Sábado, 20 de julio de 2019 2:30 PM

El derecho a ser niño

Cuando todavía era una bolita, apenas visible en los ultrasonidos que se empeñaban en llamarla embrión y luego feto, ya yo la sentía casi niña, con el desespero habitual de las madres primerizas que amanecen preocupadas por los bordados del mosquitero y las mediecitas. Me reía diciendo que aquellos “condones” se les rodarían de los pies a la primera cargueta y que las mariposotas del mosquitero le darían tremendo susto, que si lloraba sería por eso. El chiste más fundamentado, en serio, era mi preocupación por aprender a traducir el llanto: el del sueño, el del cólico, el de la teta, el del sueño, el de la teta otra vez… Dicen que las madres siempre saben, pero como entonces no lo era, tenía miedo. Increíblemente, el miedo que más me cundía era el de no entender a mi hija, pues de lo entendido había pasado un curso de 28 años.

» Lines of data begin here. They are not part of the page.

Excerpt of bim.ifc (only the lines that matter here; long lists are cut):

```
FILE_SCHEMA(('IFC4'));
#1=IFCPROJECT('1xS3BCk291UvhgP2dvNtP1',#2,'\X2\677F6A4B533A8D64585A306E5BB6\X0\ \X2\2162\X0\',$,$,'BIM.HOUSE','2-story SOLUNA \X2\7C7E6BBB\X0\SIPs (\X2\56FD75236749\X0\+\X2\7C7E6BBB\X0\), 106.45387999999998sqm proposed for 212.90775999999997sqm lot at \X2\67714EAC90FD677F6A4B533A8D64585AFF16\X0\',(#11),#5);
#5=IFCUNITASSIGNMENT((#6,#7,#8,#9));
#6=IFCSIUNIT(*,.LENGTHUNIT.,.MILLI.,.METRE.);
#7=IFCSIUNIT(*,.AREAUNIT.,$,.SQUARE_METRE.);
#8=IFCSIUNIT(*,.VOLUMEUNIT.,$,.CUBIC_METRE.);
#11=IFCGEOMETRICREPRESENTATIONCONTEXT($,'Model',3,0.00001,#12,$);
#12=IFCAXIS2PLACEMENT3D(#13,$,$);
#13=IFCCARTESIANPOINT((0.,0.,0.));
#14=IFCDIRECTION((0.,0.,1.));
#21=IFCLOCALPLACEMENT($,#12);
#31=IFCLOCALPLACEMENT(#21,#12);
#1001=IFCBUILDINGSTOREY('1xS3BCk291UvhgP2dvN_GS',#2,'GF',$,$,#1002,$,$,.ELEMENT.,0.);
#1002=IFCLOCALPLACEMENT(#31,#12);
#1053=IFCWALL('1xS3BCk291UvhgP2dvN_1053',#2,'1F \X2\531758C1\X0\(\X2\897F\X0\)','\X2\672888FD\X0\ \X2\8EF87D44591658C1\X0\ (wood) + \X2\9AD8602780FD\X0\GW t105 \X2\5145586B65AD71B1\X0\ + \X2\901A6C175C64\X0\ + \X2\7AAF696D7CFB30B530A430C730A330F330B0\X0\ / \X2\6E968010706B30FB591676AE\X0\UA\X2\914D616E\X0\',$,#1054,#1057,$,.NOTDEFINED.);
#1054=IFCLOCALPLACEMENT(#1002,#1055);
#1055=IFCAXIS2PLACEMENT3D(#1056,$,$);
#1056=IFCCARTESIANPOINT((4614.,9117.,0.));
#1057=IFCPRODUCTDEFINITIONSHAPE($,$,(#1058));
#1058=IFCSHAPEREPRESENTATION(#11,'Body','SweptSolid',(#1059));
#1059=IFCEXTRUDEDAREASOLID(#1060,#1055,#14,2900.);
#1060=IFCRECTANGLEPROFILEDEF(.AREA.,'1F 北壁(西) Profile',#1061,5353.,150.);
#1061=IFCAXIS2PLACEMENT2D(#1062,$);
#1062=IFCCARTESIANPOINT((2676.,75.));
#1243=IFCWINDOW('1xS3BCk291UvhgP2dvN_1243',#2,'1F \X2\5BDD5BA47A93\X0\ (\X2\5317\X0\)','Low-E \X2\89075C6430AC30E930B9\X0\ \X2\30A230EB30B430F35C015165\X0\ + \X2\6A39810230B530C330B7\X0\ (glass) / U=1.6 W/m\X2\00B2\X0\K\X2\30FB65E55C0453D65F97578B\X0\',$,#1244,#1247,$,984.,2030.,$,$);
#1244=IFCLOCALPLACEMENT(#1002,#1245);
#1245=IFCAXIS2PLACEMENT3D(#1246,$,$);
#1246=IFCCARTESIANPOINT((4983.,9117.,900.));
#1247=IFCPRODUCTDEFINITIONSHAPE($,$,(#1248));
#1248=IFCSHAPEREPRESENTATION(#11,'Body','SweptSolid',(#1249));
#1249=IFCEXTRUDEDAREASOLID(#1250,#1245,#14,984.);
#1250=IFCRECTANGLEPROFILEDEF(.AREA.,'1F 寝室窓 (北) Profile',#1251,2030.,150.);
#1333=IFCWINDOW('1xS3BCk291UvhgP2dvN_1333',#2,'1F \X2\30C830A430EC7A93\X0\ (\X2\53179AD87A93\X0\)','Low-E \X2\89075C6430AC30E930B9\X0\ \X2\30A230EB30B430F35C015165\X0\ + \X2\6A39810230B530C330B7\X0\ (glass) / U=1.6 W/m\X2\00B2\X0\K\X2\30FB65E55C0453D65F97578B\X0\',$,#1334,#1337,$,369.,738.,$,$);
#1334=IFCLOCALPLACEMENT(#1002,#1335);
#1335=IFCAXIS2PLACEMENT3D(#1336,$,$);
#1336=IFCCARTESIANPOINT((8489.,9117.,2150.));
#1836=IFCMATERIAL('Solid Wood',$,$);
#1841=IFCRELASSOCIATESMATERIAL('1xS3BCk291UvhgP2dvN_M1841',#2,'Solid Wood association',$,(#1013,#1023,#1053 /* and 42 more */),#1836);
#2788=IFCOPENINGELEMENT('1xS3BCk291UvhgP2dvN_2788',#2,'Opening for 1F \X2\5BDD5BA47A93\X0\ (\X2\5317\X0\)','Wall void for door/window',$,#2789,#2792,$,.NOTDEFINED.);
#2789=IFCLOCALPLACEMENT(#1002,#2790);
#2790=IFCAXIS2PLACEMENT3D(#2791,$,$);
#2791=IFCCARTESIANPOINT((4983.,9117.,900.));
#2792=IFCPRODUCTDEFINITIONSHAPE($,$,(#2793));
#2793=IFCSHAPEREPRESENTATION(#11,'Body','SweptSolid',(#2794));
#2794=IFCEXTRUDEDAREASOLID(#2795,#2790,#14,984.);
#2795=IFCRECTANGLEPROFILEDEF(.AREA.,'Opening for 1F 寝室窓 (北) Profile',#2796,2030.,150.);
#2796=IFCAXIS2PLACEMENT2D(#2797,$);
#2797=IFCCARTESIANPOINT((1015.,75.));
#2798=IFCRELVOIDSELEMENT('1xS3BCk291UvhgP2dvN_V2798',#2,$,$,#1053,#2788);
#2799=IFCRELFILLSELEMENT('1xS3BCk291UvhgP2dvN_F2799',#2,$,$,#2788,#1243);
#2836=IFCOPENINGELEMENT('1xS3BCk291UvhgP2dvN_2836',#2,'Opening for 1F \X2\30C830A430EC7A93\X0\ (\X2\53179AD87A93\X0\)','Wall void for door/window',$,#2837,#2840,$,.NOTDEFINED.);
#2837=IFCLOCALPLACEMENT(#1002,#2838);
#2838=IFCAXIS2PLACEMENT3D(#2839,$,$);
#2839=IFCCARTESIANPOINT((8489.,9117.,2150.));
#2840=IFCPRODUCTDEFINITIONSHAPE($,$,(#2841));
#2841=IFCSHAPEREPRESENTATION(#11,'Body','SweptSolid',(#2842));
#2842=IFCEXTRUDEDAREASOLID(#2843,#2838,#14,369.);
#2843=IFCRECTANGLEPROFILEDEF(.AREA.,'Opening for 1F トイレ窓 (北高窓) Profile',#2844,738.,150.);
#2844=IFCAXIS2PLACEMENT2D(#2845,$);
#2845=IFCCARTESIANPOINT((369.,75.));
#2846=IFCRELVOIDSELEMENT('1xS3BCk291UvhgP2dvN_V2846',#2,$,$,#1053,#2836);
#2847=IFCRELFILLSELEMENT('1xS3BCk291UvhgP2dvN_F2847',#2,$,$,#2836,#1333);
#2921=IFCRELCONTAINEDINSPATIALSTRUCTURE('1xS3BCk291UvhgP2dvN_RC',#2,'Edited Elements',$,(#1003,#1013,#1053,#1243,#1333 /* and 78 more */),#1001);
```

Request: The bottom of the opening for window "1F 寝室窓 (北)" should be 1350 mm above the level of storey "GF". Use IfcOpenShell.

```python
import numpy as np
import ifcopenshell
import ifcopenshell.api.geometry
import ifcopenshell.geom
import ifcopenshell.util.element
import ifcopenshell.util.placement
import ifcopenshell.util.shape
import ifcopenshell.util.unit

model = ifcopenshell.open("bim.ifc")
unit_scale = ifcopenshell.util.unit.calculate_unit_scale(model)

window = model.by_guid("1xS3BCk291UvhgP2dvN_1243")
opening = window.FillsVoids[0].RelatingOpeningElement
storey = ifcopenshell.util.element.get_container(window, ifc_class="IfcBuildingStorey")
level = ifcopenshell.util.placement.get_local_placement(storey.ObjectPlacement)[2, 3]

# The opening's origin need not be at the sill, so measure its lowest point.
shape = ifcopenshell.geom.create_shape(ifcopenshell.geom.settings(), opening)
bottom = ifcopenshell.util.shape.get_shape_bottom_elevation(shape, shape.geometry) / unit_scale
dz = level + 1350.0 - bottom

shift = np.array([0.0, 0.0, dz])
# The window is not placed relative to its opening, so move both.
for product in (opening, window):
    matrix = ifcopenshell.util.placement.get_local_placement(product.ObjectPlacement)
    matrix[:3, 3] += shift
    ifcopenshell.api.geometry.edit_object_placement(model, product=product, matrix=matrix, is_si=False)

print(f"moved by {dz * unit_scale:+.3f} m")

model.write("bim_edited.ifc")
```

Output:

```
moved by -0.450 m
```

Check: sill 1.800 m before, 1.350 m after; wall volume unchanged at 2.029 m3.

A esa edad en que la panza crecía, ningún otro dilema se me volvía nudo en la garganta; solo el no saber qué quería mi hija o qué necesitaba, dos caminos que de creciditos se bifurcan, aunque muchos padres sigan (mal) educándolos “a pedir de boca”. El resto del universo conspiraba para que me concentrara en eso: la familia en pleno buscaba la dieta sana y las periódicas consultas— que iban desde pinchazos, mediciones, peso, ultrasonidos, ácido fólico, charlas y manuales de ejercicio— se encargaban de que mi hija naciera saludable.

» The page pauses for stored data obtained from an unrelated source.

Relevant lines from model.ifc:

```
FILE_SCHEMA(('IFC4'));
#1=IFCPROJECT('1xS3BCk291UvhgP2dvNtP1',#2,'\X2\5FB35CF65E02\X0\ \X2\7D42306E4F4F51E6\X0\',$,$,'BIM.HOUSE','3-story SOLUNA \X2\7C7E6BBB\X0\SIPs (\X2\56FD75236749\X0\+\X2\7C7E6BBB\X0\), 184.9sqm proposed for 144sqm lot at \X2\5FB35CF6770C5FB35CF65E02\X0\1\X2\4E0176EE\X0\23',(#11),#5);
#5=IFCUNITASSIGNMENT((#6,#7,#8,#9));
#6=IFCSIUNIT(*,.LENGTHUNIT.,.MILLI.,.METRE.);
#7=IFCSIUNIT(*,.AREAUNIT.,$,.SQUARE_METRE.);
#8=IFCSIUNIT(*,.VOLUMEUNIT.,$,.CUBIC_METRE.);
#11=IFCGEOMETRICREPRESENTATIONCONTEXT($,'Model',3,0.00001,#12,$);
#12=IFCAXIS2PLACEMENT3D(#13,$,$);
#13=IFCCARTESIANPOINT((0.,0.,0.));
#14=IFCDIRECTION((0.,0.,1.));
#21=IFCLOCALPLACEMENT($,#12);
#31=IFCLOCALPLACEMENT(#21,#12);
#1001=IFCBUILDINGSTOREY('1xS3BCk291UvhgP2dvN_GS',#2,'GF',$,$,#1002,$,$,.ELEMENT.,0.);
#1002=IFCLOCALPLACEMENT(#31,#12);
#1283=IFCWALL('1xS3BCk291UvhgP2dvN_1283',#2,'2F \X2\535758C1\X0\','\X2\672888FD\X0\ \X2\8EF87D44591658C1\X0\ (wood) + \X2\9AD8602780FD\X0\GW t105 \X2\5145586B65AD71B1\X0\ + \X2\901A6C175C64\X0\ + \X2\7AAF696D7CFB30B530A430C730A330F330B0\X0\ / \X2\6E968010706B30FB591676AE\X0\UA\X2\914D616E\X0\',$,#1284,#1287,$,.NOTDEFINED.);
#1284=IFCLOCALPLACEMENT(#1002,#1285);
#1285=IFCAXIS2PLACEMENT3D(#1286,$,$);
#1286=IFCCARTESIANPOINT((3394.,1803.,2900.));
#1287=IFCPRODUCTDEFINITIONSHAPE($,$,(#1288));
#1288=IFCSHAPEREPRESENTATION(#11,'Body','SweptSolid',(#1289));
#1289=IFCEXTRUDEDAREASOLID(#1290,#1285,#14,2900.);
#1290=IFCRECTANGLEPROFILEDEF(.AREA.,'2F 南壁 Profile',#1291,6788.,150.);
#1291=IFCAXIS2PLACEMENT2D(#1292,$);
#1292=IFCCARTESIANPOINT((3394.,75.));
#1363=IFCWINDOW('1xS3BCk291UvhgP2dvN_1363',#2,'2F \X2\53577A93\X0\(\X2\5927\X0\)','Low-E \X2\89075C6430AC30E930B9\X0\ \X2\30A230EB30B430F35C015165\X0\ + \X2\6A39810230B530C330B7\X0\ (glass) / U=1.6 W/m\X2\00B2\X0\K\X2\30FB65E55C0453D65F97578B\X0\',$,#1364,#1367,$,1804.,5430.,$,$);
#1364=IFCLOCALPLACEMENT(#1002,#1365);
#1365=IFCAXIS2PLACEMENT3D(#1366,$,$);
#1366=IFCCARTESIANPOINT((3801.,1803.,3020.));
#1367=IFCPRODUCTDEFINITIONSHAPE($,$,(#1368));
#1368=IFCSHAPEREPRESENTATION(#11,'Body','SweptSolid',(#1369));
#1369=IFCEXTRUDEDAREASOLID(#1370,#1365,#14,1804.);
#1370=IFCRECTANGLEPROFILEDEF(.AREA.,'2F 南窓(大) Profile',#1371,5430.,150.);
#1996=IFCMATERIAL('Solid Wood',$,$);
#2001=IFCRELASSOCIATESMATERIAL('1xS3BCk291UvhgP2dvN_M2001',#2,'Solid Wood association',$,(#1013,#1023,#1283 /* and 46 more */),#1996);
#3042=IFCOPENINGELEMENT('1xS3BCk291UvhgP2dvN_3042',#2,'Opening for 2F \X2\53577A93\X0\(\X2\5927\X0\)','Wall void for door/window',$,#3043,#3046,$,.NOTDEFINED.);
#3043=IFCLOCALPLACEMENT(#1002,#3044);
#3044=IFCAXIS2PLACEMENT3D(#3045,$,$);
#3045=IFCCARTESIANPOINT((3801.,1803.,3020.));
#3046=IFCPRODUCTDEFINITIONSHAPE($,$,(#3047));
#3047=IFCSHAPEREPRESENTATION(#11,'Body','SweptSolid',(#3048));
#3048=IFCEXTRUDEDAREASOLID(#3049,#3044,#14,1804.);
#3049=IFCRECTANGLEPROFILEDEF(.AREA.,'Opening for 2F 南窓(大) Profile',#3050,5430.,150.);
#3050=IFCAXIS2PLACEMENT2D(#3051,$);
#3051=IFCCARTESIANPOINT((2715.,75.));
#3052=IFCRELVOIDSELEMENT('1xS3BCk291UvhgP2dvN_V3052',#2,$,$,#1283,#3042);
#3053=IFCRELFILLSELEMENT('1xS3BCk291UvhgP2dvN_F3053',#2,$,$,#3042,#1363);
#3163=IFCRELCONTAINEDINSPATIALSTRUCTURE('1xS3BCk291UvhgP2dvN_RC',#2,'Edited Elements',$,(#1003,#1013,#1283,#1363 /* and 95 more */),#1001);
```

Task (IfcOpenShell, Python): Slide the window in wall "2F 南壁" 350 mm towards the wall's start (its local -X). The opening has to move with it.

```python
import ifcopenshell
import ifcopenshell.api.geometry
import ifcopenshell.util.placement

model = ifcopenshell.open("model.ifc")

window = model.by_guid("1xS3BCk291UvhgP2dvN_1363")
opening = window.FillsVoids[0].RelatingOpeningElement
wall = opening.VoidsElements[0].RelatingBuildingElement

wall_matrix = ifcopenshell.util.placement.get_local_placement(wall.ObjectPlacement)
shift = wall_matrix[:3, 0] * -350.0
before = ifcopenshell.util.placement.get_local_placement(window.ObjectPlacement)[:3, 3].copy()

# The window is not placed relative to its opening, so move both.
for product in (opening, window):
    matrix = ifcopenshell.util.placement.get_local_placement(product.ObjectPlacement)
    matrix[:3, 3] += shift
    ifcopenshell.api.geometry.edit_object_placement(model, product=product, matrix=matrix, is_si=False)

after = ifcopenshell.util.placement.get_local_placement(window.ObjectPlacement)[:3, 3]
print("window moved by", (after - before).round(3) + 0.0)

model.write("model-out.ifc")
```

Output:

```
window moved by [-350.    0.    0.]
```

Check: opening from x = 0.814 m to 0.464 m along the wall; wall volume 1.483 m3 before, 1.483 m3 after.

Luego le seguiría todo lo que, desde siempre, di por sentado, porque del mismo modo que nací bloqueada, nací con derechos garantizados que mi hija heredó: la escuela, la seguridad, la medicina, el hogar, la felicidad… Lo demás siempre estuvo en las noticias que reflejaban un mundo de prostitución, desnutrición, trabajo infantil, trata, discriminación (aun cuando fuera consciente de que tal mundo no era solo eso). El futuro garantizado, esa frase en extremo manida, a mí me sonaba bella y tranquilizadora.

Nunca abrí página alguna de la UNICEF (Fondo de las Naciones Unidas para la Infancia) ni leí la prolija lista de 54 derechos del Niño que sobre 1990 se implementaron como Ley. Ni siquiera sabía que solo un país se ha excluido de ratificar dicha convención internacional, aludiendo a que “crea conflicto con las políticas de Estados Unidos en el rol de los padres, soberanía, estado y leyes locales”; lo que me permitiría, por supuesto, entender mejor los miles de arbitrios con niños migrantes, por ejemplo.

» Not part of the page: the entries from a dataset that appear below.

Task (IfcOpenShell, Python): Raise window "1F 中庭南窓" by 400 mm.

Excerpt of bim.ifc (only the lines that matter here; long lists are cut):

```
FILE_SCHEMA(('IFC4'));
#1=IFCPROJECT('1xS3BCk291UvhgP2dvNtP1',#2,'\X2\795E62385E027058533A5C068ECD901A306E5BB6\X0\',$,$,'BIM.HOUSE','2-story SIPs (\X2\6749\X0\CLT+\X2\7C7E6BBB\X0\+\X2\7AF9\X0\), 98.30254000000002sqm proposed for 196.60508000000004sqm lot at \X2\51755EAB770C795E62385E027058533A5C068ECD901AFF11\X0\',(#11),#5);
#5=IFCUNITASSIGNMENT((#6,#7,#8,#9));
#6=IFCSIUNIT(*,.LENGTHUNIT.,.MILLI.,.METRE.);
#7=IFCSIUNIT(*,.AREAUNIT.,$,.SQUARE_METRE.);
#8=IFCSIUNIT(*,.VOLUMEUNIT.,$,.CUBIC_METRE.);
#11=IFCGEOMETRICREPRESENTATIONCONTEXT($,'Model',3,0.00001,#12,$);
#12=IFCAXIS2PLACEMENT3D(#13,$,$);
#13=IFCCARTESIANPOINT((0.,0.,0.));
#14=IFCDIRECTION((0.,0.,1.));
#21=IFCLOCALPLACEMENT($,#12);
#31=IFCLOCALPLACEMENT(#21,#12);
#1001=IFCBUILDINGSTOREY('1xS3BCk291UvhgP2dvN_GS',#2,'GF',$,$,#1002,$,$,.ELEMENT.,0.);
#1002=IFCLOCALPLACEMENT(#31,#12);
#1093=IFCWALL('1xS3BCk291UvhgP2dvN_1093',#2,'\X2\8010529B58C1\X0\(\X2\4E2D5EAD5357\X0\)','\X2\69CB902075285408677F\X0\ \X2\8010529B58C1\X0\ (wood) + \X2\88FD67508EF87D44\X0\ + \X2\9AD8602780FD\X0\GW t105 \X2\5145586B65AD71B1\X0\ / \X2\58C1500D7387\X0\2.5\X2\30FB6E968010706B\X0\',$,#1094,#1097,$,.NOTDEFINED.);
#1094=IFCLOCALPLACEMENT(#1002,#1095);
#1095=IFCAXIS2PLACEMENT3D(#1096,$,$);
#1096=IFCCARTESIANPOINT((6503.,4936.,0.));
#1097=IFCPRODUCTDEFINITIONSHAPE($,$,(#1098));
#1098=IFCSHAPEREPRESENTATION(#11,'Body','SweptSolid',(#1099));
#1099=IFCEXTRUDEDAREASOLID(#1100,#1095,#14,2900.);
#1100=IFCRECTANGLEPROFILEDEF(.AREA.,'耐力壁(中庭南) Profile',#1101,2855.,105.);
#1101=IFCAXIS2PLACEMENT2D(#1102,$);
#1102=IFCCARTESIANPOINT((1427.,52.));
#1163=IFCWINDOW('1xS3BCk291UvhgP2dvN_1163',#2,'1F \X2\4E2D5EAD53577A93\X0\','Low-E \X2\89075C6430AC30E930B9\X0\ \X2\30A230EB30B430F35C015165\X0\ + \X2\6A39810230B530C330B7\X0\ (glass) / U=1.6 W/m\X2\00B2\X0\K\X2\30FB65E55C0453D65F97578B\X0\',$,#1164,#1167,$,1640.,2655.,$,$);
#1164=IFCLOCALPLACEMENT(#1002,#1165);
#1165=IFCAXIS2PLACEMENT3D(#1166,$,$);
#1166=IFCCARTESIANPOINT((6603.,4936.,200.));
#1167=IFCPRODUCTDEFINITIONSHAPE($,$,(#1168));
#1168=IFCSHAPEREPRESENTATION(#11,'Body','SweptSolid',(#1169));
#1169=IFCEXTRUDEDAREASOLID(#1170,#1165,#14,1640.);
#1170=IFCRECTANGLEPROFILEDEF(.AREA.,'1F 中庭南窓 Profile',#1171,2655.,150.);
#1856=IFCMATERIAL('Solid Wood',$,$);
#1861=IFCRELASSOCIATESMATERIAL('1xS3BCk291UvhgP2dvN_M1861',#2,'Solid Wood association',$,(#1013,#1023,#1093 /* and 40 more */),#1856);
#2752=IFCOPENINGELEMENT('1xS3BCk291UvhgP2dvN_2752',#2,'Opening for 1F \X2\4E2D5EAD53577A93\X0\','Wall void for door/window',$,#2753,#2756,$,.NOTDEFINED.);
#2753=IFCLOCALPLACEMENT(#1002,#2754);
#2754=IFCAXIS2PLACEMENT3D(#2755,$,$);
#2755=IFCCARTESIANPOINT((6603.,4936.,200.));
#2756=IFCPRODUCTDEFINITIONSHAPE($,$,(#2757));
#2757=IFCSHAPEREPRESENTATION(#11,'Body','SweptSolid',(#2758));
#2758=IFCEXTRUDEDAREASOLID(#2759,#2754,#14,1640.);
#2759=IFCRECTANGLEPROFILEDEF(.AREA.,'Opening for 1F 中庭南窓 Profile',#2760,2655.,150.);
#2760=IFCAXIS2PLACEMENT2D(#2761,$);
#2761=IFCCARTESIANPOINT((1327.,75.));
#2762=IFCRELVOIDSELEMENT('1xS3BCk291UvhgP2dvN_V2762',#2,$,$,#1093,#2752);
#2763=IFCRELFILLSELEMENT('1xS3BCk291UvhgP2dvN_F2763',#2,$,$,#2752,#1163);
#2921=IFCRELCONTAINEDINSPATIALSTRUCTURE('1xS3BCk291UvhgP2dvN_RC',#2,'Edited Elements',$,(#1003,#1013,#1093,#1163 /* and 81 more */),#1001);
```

```python
import numpy as np
import ifcopenshell
import ifcopenshell.api.geometry
import ifcopenshell.util.placement
import ifcopenshell.util.unit

model = ifcopenshell.open("bim.ifc")
unit_scale = ifcopenshell.util.unit.calculate_unit_scale(model)

window = model.by_id(1163)
opening = window.FillsVoids[0].RelatingOpeningElement
dz = 0.4 / unit_scale

shift = np.array([0.0, 0.0, dz])
# The window is not placed relative to its opening, so move both.
for product in (opening, window):
    matrix = ifcopenshell.util.placement.get_local_placement(product.ObjectPlacement)
    matrix[:3, 3] += shift
    ifcopenshell.api.geometry.edit_object_placement(model, product=product, matrix=matrix, is_si=False)

print(f"moved by {dz * unit_scale:+.3f} m")

model.write("bim_updated.ifc")
```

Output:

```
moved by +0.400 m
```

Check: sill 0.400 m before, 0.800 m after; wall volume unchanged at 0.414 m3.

No obstante, el desconocimiento a los 28 me dio más estímulos que vergüenza y equiparé la escuela, la tranquilidad, la salud y un techo seguro de Cuba a la felicidad, la comprensión y el amor; ya no solo porque quería, sino porque por derecho, a ella le tocaba. Incluso, tiene derecho a que les respetemos ese umbral de fantasía e imaginación que tantos padres violentan entre reguetones, ropas de adultos hechas a la medida de niñas, novelas con toditas sus escenas, uñas postizas y escarmientos que, en ocasiones, terminan en golpes. Tiene derecho a ser lo que es: un niño, y los niños son un espejo en el que debiéramos mirarnos cada amanecer, para juzgar nuestra belleza interior.

Quienes no les explican a sus hijos y creen que son los hijos quienes tienen que hacerle caso y, rara vez viceversa, no han entendido, a estas alturas, de qué va la Educación fuera del aula. Los que violentan el alma con la desatención de estar siempre en el trabajo y siempre en los quehaceres del hogar y siempre en una conversación… mientras el niño se enternece en muñequitos o tablet, tampoco saben nada. O quienes los confían a personas ajenas, adultas y responsables.

Y no lo digo yo, que no llego a la década de aprendizaje y estudio, sino la humanidad en pleno (con la consabida excepción), que ha coincidido en reconocer los derechos del Niño, aunque hoy sepamos que, ante su indefensión, se les vulnere con facilidad. Por suerte, no es el caso de mi hija.